SW's need a new codex though, and i get why marines, but orks? Doubt it. IG will come first.


----------



## Cadian81st (Dec 24, 2006)

Yeah, why more orks, they just got their turn?


----------



## Wolf_Lord_Skoll (Jun 9, 2008)

Yep i rekon IG will be before orks... and probly dark eldar and inquisition too. I know hard to understand.


----------



## Wrath of Khaine (Dec 29, 2006)

Its orks, trust me. GW has adopted a new release policy, that they won't force out badly-sculpted, quickly-made models to hit a codex release schedule. So, the ork(collectively known as The 2nd Wave) release will be more new models for the recent codex, as they have had time to work on new ones. I'm sure you will see the new marine models hitting the shelves around the time of the space wolf codex release as well. It seems after Gav Thorpe's removal, and changes all around, things are going back to the way of 2nd edition's people-oriented release slate. Also expect a new white dwarf(new director and writers), with a HIGHLY PROBABLE optional rules section like Chapter Approved. It's supposed to be over 80% game material, hobby help, etc.

They are only releasing a few new models with their codices, to entice people into saving for the releases over the next months. I would say this is all 99% accurate.

I think things are returning to the old days of jervis johnson and andy chambers.
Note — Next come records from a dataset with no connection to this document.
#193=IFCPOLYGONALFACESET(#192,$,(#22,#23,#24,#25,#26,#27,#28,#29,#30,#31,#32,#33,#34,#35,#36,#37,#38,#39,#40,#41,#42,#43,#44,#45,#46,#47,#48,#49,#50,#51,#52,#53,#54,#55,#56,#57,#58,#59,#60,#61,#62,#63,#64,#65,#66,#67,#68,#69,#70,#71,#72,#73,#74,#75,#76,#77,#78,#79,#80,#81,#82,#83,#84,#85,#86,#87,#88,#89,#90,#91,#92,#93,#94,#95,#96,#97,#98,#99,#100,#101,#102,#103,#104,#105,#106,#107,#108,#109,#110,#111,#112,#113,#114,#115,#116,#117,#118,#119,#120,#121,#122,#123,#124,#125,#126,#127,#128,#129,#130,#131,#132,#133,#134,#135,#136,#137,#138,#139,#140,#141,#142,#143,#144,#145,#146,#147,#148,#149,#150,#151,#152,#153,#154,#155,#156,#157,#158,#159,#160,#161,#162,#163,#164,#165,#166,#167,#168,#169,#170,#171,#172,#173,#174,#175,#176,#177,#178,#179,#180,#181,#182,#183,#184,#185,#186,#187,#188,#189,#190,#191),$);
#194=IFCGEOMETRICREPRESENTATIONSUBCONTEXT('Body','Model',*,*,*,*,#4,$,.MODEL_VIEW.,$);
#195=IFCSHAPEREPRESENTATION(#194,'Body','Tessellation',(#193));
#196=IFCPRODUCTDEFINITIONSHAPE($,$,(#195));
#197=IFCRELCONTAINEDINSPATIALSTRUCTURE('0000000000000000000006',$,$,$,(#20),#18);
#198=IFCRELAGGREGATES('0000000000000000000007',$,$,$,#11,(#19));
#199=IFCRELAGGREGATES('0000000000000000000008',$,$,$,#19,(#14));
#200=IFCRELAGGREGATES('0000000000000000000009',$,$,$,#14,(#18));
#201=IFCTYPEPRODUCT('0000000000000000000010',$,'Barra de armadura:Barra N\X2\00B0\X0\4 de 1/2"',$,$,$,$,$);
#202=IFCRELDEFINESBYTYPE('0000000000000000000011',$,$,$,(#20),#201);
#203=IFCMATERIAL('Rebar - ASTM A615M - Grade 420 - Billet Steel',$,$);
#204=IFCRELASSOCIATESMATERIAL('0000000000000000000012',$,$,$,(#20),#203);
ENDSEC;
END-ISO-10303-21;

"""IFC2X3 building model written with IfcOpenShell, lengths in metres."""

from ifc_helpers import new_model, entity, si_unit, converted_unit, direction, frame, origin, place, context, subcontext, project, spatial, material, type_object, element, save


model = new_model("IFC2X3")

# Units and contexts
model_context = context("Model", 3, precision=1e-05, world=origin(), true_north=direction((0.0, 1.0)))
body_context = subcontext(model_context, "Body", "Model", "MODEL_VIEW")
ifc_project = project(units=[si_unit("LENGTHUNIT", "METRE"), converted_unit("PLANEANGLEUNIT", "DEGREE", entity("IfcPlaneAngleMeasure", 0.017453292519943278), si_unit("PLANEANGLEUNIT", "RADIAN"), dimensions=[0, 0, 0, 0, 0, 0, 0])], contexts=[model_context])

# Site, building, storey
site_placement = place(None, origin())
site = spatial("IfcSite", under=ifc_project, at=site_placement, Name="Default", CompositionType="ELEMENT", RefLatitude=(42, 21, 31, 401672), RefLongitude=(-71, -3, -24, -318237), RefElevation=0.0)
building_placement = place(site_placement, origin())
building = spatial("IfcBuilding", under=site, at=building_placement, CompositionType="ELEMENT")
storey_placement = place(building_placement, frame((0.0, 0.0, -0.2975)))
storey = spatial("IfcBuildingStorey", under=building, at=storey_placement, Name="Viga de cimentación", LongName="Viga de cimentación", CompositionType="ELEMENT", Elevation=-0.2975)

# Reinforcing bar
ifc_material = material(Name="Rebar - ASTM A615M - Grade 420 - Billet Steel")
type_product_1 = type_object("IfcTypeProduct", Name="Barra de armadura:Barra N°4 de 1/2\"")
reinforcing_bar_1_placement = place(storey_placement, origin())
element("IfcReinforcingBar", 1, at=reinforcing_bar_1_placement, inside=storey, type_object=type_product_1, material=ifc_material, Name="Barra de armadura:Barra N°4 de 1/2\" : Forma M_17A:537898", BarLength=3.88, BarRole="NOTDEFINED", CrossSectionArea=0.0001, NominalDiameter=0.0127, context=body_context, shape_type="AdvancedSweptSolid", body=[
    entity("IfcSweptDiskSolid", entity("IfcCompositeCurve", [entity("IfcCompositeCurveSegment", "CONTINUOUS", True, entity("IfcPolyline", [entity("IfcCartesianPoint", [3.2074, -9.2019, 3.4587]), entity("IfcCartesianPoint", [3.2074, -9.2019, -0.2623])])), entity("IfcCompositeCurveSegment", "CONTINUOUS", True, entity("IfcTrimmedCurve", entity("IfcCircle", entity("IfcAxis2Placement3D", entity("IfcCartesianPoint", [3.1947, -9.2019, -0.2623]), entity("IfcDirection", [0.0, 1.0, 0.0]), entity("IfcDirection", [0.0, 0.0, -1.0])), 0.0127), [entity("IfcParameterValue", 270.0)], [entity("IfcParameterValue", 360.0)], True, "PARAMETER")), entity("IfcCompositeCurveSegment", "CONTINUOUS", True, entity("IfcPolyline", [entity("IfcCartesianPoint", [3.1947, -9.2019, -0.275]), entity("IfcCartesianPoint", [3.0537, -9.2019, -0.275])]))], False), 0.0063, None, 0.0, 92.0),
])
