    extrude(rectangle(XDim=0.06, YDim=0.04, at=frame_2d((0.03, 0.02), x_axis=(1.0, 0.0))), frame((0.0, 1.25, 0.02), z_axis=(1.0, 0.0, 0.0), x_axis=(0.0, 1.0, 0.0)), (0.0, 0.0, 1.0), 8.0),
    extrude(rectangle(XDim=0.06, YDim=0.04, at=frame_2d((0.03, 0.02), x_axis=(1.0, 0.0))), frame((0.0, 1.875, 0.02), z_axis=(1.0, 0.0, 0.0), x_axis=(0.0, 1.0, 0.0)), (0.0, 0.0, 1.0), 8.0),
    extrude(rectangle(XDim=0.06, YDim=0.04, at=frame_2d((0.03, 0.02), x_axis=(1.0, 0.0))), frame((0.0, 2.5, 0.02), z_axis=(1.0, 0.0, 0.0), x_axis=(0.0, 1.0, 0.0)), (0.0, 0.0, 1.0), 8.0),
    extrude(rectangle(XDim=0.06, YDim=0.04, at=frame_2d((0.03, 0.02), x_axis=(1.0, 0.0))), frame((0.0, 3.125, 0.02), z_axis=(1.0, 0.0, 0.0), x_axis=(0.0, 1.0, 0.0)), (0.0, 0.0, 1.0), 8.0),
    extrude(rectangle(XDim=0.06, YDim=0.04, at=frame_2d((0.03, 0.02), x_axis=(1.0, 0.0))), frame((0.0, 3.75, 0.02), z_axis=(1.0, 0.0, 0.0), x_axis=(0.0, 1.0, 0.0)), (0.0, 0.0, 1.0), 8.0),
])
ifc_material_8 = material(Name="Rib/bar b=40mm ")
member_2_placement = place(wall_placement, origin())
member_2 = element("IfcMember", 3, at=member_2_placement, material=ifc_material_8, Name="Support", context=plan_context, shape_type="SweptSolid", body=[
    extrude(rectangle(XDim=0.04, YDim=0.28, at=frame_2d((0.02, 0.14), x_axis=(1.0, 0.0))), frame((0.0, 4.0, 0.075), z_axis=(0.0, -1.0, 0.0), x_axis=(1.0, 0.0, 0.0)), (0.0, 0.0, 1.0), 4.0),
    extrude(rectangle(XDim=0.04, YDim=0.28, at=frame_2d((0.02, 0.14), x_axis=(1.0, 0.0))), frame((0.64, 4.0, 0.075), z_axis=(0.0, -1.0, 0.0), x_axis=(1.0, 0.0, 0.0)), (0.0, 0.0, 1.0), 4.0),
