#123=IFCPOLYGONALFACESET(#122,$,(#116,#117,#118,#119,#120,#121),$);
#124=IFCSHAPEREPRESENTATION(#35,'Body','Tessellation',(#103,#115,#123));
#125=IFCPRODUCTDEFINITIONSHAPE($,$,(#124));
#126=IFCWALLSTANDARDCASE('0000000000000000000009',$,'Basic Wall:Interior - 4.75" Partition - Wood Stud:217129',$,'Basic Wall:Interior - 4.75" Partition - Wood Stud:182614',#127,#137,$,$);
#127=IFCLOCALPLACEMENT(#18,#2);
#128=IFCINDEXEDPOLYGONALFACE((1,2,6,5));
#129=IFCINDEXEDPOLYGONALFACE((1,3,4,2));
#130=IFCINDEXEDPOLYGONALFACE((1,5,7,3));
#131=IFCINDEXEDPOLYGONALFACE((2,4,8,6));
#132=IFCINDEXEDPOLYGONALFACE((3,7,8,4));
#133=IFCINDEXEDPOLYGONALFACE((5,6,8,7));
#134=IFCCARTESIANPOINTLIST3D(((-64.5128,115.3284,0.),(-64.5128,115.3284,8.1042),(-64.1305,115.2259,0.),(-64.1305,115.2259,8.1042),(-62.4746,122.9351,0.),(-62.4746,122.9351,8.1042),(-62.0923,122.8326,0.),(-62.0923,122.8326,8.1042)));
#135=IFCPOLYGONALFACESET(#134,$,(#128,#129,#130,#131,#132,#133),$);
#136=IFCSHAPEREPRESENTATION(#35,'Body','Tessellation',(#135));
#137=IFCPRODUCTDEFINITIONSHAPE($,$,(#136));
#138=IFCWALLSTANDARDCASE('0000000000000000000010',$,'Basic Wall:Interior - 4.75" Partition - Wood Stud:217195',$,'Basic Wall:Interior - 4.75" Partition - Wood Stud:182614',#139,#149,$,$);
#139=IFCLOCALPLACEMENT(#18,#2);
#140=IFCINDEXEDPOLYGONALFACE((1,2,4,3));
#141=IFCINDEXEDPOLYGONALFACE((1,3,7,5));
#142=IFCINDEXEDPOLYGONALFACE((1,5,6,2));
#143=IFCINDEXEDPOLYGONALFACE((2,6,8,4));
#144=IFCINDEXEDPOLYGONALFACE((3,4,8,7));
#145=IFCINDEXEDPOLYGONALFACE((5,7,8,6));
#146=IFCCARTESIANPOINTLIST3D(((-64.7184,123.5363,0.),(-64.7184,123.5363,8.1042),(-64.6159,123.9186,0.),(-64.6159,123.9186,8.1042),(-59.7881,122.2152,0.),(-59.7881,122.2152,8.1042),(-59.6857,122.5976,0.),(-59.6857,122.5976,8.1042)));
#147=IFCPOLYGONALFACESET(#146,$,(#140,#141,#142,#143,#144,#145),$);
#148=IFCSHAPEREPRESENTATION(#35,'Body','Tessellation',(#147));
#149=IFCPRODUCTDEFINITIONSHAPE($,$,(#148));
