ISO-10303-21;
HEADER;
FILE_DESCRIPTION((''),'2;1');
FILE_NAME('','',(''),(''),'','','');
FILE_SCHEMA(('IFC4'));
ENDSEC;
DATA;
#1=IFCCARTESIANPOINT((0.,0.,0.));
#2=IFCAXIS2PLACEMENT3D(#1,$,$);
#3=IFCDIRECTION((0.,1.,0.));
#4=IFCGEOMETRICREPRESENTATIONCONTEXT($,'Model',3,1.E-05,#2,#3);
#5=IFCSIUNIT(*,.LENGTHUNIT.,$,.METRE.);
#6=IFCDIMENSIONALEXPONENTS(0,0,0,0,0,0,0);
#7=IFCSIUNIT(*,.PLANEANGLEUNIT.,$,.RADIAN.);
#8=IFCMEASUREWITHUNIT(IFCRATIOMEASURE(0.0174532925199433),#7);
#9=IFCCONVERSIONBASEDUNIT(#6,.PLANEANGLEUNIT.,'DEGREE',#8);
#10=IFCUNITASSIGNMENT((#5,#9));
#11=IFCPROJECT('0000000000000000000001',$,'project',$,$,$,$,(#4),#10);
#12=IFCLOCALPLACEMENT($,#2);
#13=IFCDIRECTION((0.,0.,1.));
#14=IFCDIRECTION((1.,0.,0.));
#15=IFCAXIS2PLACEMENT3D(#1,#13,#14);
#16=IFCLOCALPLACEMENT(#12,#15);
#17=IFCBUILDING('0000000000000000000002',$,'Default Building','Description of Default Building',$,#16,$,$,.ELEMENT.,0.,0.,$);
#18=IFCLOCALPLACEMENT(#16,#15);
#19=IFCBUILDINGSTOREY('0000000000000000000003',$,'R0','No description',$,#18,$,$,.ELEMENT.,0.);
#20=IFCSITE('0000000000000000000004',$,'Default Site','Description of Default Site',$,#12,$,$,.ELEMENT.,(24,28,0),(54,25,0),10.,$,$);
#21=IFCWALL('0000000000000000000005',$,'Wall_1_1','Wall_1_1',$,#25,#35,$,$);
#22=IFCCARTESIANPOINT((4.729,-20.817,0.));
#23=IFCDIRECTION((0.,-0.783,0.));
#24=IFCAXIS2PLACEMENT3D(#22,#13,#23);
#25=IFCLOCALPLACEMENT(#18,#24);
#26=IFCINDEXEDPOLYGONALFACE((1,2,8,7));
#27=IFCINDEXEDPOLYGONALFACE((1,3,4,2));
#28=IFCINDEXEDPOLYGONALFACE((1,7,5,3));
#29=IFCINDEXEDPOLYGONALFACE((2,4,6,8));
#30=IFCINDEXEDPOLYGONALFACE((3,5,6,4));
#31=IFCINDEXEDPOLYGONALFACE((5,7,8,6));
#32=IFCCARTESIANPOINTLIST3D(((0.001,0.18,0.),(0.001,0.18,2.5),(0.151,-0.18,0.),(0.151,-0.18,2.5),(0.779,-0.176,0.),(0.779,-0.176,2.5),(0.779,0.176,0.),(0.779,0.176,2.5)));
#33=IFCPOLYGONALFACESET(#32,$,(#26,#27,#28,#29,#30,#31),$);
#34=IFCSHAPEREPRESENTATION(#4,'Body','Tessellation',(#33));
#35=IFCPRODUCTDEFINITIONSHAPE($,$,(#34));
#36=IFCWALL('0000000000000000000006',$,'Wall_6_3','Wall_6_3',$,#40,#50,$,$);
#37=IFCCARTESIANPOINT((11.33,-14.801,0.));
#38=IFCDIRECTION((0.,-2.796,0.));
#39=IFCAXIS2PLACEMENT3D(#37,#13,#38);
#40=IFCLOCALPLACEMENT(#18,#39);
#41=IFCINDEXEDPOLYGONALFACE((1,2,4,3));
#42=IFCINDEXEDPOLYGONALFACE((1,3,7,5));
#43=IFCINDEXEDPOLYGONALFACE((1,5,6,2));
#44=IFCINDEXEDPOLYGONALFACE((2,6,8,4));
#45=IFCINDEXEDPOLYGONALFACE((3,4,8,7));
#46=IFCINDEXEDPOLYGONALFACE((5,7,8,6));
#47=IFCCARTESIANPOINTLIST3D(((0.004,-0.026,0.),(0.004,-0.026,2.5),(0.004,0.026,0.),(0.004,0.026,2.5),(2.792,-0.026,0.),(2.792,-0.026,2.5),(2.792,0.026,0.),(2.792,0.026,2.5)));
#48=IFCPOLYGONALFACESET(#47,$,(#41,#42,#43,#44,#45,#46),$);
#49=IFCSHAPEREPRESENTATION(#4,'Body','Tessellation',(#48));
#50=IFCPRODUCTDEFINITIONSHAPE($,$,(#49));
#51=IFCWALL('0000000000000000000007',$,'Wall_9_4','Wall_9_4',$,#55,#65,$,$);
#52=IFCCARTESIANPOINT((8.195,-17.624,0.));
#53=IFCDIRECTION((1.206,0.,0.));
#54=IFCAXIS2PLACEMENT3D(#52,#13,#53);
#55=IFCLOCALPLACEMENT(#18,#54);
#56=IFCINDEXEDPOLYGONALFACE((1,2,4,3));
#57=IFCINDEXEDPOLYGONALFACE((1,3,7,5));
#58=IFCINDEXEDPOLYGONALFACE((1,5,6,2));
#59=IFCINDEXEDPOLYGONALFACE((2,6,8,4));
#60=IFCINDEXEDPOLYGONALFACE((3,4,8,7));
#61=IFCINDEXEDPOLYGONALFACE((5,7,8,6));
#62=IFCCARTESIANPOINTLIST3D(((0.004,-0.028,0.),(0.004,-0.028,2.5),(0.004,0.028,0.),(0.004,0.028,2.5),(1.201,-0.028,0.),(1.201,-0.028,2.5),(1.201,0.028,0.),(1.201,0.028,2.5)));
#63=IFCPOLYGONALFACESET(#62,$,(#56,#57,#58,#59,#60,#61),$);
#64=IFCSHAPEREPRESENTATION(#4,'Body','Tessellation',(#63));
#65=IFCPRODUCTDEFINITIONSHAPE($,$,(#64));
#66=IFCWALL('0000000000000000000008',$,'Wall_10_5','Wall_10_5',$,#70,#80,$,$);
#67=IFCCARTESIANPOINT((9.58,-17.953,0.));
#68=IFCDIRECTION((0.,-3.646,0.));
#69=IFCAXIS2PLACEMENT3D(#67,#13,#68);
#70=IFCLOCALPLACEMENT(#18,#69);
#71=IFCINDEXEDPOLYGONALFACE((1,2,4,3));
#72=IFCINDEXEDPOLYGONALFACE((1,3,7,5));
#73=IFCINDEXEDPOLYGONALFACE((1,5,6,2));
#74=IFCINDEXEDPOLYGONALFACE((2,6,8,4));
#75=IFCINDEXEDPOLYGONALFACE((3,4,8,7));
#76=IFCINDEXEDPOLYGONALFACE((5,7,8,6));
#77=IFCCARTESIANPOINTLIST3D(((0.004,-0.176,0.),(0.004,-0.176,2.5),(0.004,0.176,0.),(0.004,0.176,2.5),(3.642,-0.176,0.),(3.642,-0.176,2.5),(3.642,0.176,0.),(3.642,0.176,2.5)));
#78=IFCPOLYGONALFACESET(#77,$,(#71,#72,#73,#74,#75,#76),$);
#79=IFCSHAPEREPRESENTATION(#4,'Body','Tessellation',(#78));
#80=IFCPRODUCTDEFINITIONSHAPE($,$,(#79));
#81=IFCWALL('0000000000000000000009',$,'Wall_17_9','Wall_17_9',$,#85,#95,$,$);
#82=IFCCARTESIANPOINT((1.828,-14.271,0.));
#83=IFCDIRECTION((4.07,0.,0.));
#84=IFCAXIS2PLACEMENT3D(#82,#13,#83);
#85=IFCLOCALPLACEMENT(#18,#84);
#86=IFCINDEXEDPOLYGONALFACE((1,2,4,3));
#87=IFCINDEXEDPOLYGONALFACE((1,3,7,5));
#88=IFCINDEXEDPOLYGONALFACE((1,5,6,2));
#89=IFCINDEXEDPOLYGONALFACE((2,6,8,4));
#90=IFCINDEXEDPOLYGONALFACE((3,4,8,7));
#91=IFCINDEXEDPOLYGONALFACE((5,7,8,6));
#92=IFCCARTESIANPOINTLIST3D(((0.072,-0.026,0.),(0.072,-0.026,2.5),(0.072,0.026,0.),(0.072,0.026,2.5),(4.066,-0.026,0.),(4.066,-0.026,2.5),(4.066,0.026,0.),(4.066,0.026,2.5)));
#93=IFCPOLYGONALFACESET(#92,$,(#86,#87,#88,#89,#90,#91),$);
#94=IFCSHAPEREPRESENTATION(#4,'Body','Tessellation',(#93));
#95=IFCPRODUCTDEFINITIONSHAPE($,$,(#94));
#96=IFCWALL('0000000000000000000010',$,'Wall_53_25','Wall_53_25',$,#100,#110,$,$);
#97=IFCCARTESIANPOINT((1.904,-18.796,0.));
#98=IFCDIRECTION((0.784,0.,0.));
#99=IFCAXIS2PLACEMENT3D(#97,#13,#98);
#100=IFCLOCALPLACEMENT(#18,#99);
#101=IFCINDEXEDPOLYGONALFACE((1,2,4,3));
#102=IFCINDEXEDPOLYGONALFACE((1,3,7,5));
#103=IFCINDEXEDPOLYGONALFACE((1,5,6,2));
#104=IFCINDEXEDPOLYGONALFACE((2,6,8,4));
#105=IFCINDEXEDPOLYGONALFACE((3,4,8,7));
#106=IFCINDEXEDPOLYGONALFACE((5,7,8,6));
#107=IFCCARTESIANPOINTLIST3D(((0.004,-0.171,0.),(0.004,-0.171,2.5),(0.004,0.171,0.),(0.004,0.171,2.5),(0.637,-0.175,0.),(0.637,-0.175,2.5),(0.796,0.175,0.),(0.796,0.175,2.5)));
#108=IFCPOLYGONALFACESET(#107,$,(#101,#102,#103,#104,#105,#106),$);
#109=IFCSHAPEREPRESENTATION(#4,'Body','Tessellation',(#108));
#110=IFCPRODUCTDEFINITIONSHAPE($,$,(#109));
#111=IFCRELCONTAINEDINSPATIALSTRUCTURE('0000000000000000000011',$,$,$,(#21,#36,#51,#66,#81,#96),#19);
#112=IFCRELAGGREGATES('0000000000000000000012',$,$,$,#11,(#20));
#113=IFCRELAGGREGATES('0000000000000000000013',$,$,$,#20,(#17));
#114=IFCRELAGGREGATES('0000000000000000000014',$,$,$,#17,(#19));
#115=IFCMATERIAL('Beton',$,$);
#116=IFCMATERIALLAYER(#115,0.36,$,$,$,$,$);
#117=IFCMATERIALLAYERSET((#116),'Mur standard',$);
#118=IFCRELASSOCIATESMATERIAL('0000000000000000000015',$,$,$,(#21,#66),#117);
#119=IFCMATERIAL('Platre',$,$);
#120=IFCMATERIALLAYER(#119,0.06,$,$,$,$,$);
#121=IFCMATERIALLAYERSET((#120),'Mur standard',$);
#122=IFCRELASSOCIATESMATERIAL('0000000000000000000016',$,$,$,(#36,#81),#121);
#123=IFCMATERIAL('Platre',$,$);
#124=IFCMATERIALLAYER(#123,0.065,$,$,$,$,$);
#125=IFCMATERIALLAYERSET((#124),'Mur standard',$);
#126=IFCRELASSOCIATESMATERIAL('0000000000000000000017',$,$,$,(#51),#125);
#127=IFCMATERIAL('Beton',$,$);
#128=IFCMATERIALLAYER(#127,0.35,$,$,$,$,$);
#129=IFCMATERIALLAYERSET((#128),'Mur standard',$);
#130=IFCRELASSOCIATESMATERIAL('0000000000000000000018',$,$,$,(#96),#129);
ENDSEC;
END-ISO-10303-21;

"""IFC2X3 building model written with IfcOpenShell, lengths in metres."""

from ifc_helpers import new_model, entity, si_unit, converted_unit, direction, frame, origin, origin_with_axes, place, context, project, spatial, polyline, outline, extrude, material, layer, layer_set, layer_usage, element, save


model = new_model("IFC2X3")

# Units and contexts
model_context = context("Model", 3, precision=1e-05, world=origin(), true_north=direction((0.0, 1.0, 0.0)))
ifc_project = project(units=[si_unit("LENGTHUNIT", "METRE"), converted_unit("PLANEANGLEUNIT", "DEGREE", entity("IfcRatioMeasure", 0.0174532925199433), si_unit("PLANEANGLEUNIT", "RADIAN"), dimensions=[0, 0, 0, 0, 0, 0, 0])], contexts=[model_context])

# Site, building, storey
site_placement = place(None, origin())
site = spatial("IfcSite", under=ifc_project, at=site_placement, Name="Default Site", Description="Description of Default Site", CompositionType="ELEMENT", RefLatitude=(24, 28, 0), RefLongitude=(54, 25, 0), RefElevation=10.0)
building_placement = place(site_placement, origin_with_axes())
building = spatial("IfcBuilding", under=site, at=building_placement, Name="Default Building", Description="Description of Default Building", CompositionType="ELEMENT", ElevationOfRefHeight=0.0, ElevationOfTerrain=0.0)
storey_placement = place(building_placement, origin_with_axes())
storey = spatial("IfcBuildingStorey", under=building, at=storey_placement, Name="R0", Description="No description", CompositionType="ELEMENT", Elevation=0.0)

# Wall
ifc_material_1 = material(Name="Beton")
ifc_layer_1 = layer(ifc_material_1, 0.36)
ifc_layer_set_1 = layer_set([ifc_layer_1], Name="Mur standard")
ifc_layer_usage_1 = layer_usage(ifc_layer_set_1, "AXIS2", "NEGATIVE", 0.36)
wall_1_placement = place(storey_placement, frame((4.729, -20.817, 0.0), z_axis=(0.0, 0.0, 1.0), x_axis=(0.0, -0.783, 0.0)))
element("IfcWall", 1, at=wall_1_placement, inside=storey, material=ifc_layer_usage_1, Name="Wall_1_1", Description="Wall_1_1", context=model_context, shape_type="SweptSolid", body=[
    extrude(outline(polyline([(0.001, 0.18), (0.151, -0.18), (0.779, -0.176), (0.779, 0.176), (0.001, 0.18)])), origin(), (0.0, 0.0, 1.0), 2.5),
])

# Walls
ifc_material_2 = material(Name="Platre")
ifc_layer_2 = layer(ifc_material_2, 0.06)
ifc_layer_set_2 = layer_set([ifc_layer_2], Name="Mur standard")
ifc_layer_usage_2 = layer_usage(ifc_layer_set_2, "AXIS2", "NEGATIVE", 0.06)
wall_2_placement = place(storey_placement, frame((11.33, -14.801, 0.0), z_axis=(0.0, 0.0, 1.0), x_axis=(0.0, -2.796, 0.0)))
element("IfcWall", 2, at=wall_2_placement, inside=storey, material=ifc_layer_usage_2, Name="Wall_6_3", Description="Wall_6_3", context=model_context, shape_type="SweptSolid", body=[
    extrude(outline(polyline([(0.004, -0.026), (2.792, -0.026), (2.792, 0.026), (0.004, 0.026), (0.004, -0.026)])), origin(), (0.0, 0.0, 1.0), 2.5),
])
ifc_material_3 = material(Name="Platre")
ifc_layer_3 = layer(ifc_material_3, 0.065)
ifc_layer_set_3 = layer_set([ifc_layer_3], Name="Mur standard")
ifc_layer_usage_3 = layer_usage(ifc_layer_set_3, "AXIS2", "NEGATIVE", 0.065)
wall_3_placement = place(storey_placement, frame((8.195, -17.624, 0.0), z_axis=(0.0, 0.0, 1.0), x_axis=(1.206, 0.0, 0.0)))
element("IfcWall", 3, at=wall_3_placement, inside=storey, material=ifc_layer_usage_3, Name="Wall_9_4", Description="Wall_9_4", context=model_context, shape_type="SweptSolid", body=[
    extrude(outline(polyline([(0.004, 0.028), (0.004, -0.028), (1.201, -0.028), (1.201, 0.028), (0.004, 0.028)])), origin(), (0.0, 0.0, 1.0), 2.5),
])
wall_4_placement = place(storey_placement, frame((9.58, -17.953, 0.0), z_axis=(0.0, 0.0, 1.0), x_axis=(0.0, -3.646, 0.0)))
element("IfcWall", 4, at=wall_4_placement, inside=storey, material=ifc_layer_usage_1, Name="Wall_10_5", Description="Wall_10_5", context=model_context, shape_type="SweptSolid", body=[
    extrude(outline(polyline([(0.004, -0.176), (3.642, -0.176), (3.642, 0.176), (0.004, 0.176), (0.004, -0.176)])), origin(), (0.0, 0.0, 1.0), 2.5),
])

# Wall
wall_5_placement = place(storey_placement, frame((1.828, -14.271, 0.0), z_axis=(0.0, 0.0, 1.0), x_axis=(4.07, 0.0, 0.0)))
element("IfcWall", 5, at=wall_5_placement, inside=storey, material=ifc_layer_usage_2, Name="Wall_17_9", Description="Wall_17_9", context=model_context, shape_type="SweptSolid", body=[
    extrude(outline(polyline([(0.072, 0.026), (0.072, -0.026), (4.066, -0.026), (4.066, 0.026), (0.072, 0.026)])), origin(), (0.0, 0.0, 1.0), 2.5),
])

# Wall
ifc_material_4 = material(Name="Beton")
ifc_layer_4 = layer(ifc_material_4, 0.35)
ifc_layer_set_4 = layer_set([ifc_layer_4], Name="Mur standard")
ifc_layer_usage_4 = layer_usage(ifc_layer_set_4, "AXIS2", "NEGATIVE", 0.35)
wall_6_placement = place(storey_placement, frame((1.904, -18.796, 0.0), z_axis=(0.0, 0.0, 1.0), x_axis=(0.784, 0.0, 0.0)))
element("IfcWall", 6, at=wall_6_placement, inside=storey, material=ifc_layer_usage_4, Name="Wall_53_25", Description="Wall_53_25", context=model_context, shape_type="SweptSolid", body=[
    extrude(outline(polyline([(0.796, 0.175), (0.004, 0.171), (0.004, -0.171), (0.637, -0.175), (0.796, 0.175)])), origin(), (0.0, 0.0, 1.0), 2.5),
])

save(model, "model.ifc")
Cross your fingers.

Oh, and expect Necrons soon. =) Then IG.


----------



## Wolf_Lord_Skoll (Jun 9, 2008)

Owwww, only new orks models, i gotcha.


----------



## Canadish (Jun 17, 2008)

Wrath of Khaine said:


> Its orks, trust me. GW has adopted a new release policy, that they won't force out badly-sculpted, quickly-made models to hit a codex release schedule. So, the ork(collectively known as The 2nd Wave) release will be more new models for the recent codex, as they have had time to work on new ones. I'm sure you will see the new marine models hitting the shelves around the time of the space wolf codex release as well. It seems after Gav Thorpe's removal, and changes all around, things are going back to the way of 2nd edition's people-oriented release slate. Also expect a new white dwarf(new director and writers), with a HIGHLY PROBABLE optional rules section like Chapter Approved. It's supposed to be over 80% game material, hobby help, etc.
> 
> They are only releasing a few new models with their codices, to entice people into saving for the releases over the next months. I would say this is all 99% accurate.
> 
> ...


Id be very suprised if this was true. I mean....that plan sounds SMART! 
We all know how smart da boyz of GW are....*glares at the Vostroyan Firstborn*


----------



## angels of fire (Dec 4, 2007)

I think that if that plan is correct this is great news for every aspect of the hobby. So Warhammer will be back into good times I keep hearing about.


----------



## Cadian81st (Dec 24, 2006)

Canadish said:


> We all know how smart da boyz of GW are....*glares at the Vostroyan Firstborn*


Hey, I liked the vostroyans. Damned good models those were. That all sounds too good to be true though. Next thing we know, they'll be saying GW's lowering their prices! :mrgreen:


----------



## Canadish (Jun 17, 2008)

Cadian81st said:


> Hey, I liked the vostroyans. Damned good models those were. That all sounds too good to be true though. Next thing we know, they'll be saying GW's lowering their prices! :mrgreen:


Okay, someone call the whitecoats, this fella liked the Vostroyans AND suggesed that GW might drop prices. He's conkers! :grin:

Canadish


----------



## Marneus Calgar (Dec 5, 2007)

Cadian81st said:


> Exactly that, I went in to buy a dex today and the redshirt said they were "on the decline". He said they might be redone in december or something, but that that was just a rumour he'd heard. So, I ask you, what has happened to the space wolves?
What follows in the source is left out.